Stop Doing Riffs & Licks Like This (YOUR ULTIMATE 3-STEP GUIDE)

When it comes to the study of riffs and licks, guitar students are making some big practice mistakes that are causing it to be more difficult to remember what was practiced day to day. In this lesson, I’m going to show you the biggest problems that I notice when students are practicing riffs and licks and I'll help you fix how you do your guitar exercises so you get much more out of each practice session... 

The best part is, the corrective method that I discuss in this lesson can apply to almost every single riff and lick learning that you do, instantly creating great results that can really work when you include them into your practice routine.


One of the biggest frustrations that a lot of guitar students face is that they will start working on a riff, or a guitar lick, and then (after they put down the guitar and come back the next day), they can’t remember the idea that they were practicing.
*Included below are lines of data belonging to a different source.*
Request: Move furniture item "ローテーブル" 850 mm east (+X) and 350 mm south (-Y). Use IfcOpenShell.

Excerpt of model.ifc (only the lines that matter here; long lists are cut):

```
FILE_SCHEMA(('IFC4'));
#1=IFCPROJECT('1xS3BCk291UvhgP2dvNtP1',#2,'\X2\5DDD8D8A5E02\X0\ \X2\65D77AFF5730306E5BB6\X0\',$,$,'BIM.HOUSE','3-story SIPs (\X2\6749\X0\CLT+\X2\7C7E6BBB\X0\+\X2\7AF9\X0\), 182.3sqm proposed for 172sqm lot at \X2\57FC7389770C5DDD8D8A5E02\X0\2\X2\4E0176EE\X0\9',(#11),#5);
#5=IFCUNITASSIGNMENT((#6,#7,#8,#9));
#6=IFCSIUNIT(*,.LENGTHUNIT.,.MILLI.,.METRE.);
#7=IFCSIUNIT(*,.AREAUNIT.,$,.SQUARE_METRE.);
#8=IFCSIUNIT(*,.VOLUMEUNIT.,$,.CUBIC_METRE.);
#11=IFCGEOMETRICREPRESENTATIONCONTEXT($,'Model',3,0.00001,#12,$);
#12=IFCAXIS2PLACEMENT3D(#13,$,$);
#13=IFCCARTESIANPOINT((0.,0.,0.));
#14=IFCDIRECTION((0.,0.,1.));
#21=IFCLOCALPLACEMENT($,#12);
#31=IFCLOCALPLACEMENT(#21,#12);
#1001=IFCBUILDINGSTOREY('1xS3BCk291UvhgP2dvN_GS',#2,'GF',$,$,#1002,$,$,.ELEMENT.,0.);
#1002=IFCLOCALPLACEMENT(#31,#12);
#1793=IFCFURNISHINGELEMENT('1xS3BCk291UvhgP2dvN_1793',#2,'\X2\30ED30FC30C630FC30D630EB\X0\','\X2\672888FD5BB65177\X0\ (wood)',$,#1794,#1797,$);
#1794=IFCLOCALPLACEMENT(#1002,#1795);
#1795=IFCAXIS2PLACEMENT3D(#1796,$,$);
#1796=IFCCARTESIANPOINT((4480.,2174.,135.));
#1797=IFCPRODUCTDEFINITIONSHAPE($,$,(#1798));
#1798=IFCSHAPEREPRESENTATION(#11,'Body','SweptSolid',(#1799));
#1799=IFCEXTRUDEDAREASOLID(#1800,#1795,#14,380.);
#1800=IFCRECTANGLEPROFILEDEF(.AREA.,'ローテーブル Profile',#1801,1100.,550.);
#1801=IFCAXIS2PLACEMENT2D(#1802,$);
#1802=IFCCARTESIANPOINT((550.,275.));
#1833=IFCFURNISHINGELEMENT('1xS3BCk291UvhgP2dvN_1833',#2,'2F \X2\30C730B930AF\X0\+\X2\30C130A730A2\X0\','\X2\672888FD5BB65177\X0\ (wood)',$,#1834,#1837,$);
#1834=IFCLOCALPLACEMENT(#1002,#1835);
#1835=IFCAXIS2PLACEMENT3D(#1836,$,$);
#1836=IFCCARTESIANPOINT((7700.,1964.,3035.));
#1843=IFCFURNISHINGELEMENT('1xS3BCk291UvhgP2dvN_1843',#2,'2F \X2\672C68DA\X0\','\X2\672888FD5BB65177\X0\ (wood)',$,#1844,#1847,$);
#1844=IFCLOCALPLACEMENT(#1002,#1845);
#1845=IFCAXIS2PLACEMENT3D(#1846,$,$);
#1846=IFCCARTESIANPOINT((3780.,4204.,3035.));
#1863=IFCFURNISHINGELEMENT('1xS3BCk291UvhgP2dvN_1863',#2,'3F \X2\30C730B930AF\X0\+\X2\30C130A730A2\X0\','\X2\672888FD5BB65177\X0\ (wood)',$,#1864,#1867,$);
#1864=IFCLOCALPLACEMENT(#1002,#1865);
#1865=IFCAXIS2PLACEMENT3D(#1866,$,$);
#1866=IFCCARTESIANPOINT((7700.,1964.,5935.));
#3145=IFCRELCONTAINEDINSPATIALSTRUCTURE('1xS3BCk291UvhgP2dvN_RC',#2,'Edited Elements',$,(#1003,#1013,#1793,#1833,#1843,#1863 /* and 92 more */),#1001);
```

```python
import ifcopenshell
import ifcopenshell.api.geometry
import ifcopenshell.util.placement
import ifcopenshell.util.unit

model = ifcopenshell.open("model.ifc")
unit_scale = ifcopenshell.util.unit.calculate_unit_scale(model)

item = model.by_id(1793)
matrix = ifcopenshell.util.placement.get_local_placement(item.ObjectPlacement)
matrix[0, 3] += 0.85 / unit_scale
matrix[1, 3] -= 0.35 / unit_scale
ifcopenshell.api.geometry.edit_object_placement(model, product=item, matrix=matrix, is_si=False)

print(ifcopenshell.util.placement.get_local_placement(item.ObjectPlacement).round(3) + 0.0)

model.write("model_rev.ifc")
```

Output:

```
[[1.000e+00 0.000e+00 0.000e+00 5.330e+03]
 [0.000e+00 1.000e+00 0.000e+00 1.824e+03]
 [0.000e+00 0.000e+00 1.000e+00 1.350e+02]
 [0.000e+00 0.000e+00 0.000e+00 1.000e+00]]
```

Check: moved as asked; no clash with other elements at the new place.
Maybe they forget the shape the next day, maybe they can’t recall the rhythm. Maybe they do know the general note layout, but they can’t recall the order and sequence of the notes.

Let's face it, practicing riffs and licks like this is totally counter-productive. So, you’re going to want to stop doing this.

In this lesson, we’re going to organize a NEW plan so when you sit down to study your riffs and licks you WILL remember them the next time you grab yr guitar.

The first step of this new plan, comes down to understanding what it is that you’re playing. Let me show you a guitar riff right now that you can try at home and we’ll use my riff as our example in this lesson.

Riff Example:

Every guitar part that you play will always have information within it that clarifies several important musical elements. 

When you learn new ideas, you need to; analyze the theory and rhythm behind the idea, write down what the riff on paper, and record the riff or lick for listening to on your next practice session.

It’s like you’re creating a detailed plan, or you could call it a log of what you’re performing. This is important because the notes will tell you things… like what key the part is in… and the groove will tell you what kind of beat structure is there.

In the riff (that I just showed you above), we have a series of tones that all begin at the note of, “E.” And, if you have a look at any music keys chart you’ll see pretty quick that “E Major,” has four sharps, but our riff doesn’t.

So that means our riff isn’t in the key of, “E Major,” it’s from the key of “E Minor.”

To prove the key of the idea you're practicing, visit and use their Scale Calculator to learn more specifically how any and every riff or a lick you play /practice can be analyzed properly.

The next thing that’s important, is understanding what the rhythmic beat structure is like. Ask yourself some simple questions about what the rhythm part is like regarding what you’re playing.

Things like… is the beat and the overall feel fairly consistent? Where does the feel of the notes get faster, or are there parts where the feel is slower?

How do you want to tap your foot? Is it more quickly, or does your foot want to tap at a moderate or even at a slow pace?

The riff example that we just played was VERY consistent. Except for at the end were it slowed down slightly. If you were to clap that feel, how would it sound?

Make a few judgment calls at this point, on whether the riff is made up of mostly eighth-notes, or does the riff have some quarter notes? I’ll give you a hint – this riff that I just played, is almost entirely made up of 8th notes, except at the very end - there’s two quarter-notes.

You don’t have to be an expert on rhythm to start asking these types of questions. But, once you do begin paying attention to rhythm, you’ll find that your musical memory starts to get a whole lot wiser!

Once you’ve determined some ideas about your riffs; note structure, the key, the intervals, and the rhythm. 

Once you’ve made a few crib notes about the riff that you’re working on, the next step is to actually create a simple recording for documenting what you’re learning.

You can do this using your phone or you can do it on your iPad, or you can fire up an online web-app to record your ideas... I often use one that’s called, “”

This web-app will just use the microphone of your computer or your laptop to instantly record and then save whatever your computer microphone picks up.

It's very easy to use a web-app or mobile app for making a quick recording on your home computer.

Alright, so now let’s review how this new riff and licks system I’ve laid out here for you, actually functions and how you can integrate it into your daily routine.

Step one: Once you’ve got your riff organized, immediately take some extra time to become more fully aware of the notes that are involved with the part.

Use fret-board diagram paper, and TAB paper to jot down the notes and their locations. Then, once you’ve got all the notes labeled, have a look at a key signatures chart, or use the interactive scale calc. over at to figure out your scale.

Step two: Spend some time focusing on the rhythm and the beat structure of your riff or your lick. Make some determinations about the timing to help you better remember what specifically is involved with the rhythm structure of your riff or lick…

Step three: Finally, record your idea and make a quick MP3 of what it is you’ve been practicing...

This entire method (if you use it), will go a long way in helping you to better understand where you’re at when you first start practicing any new idea.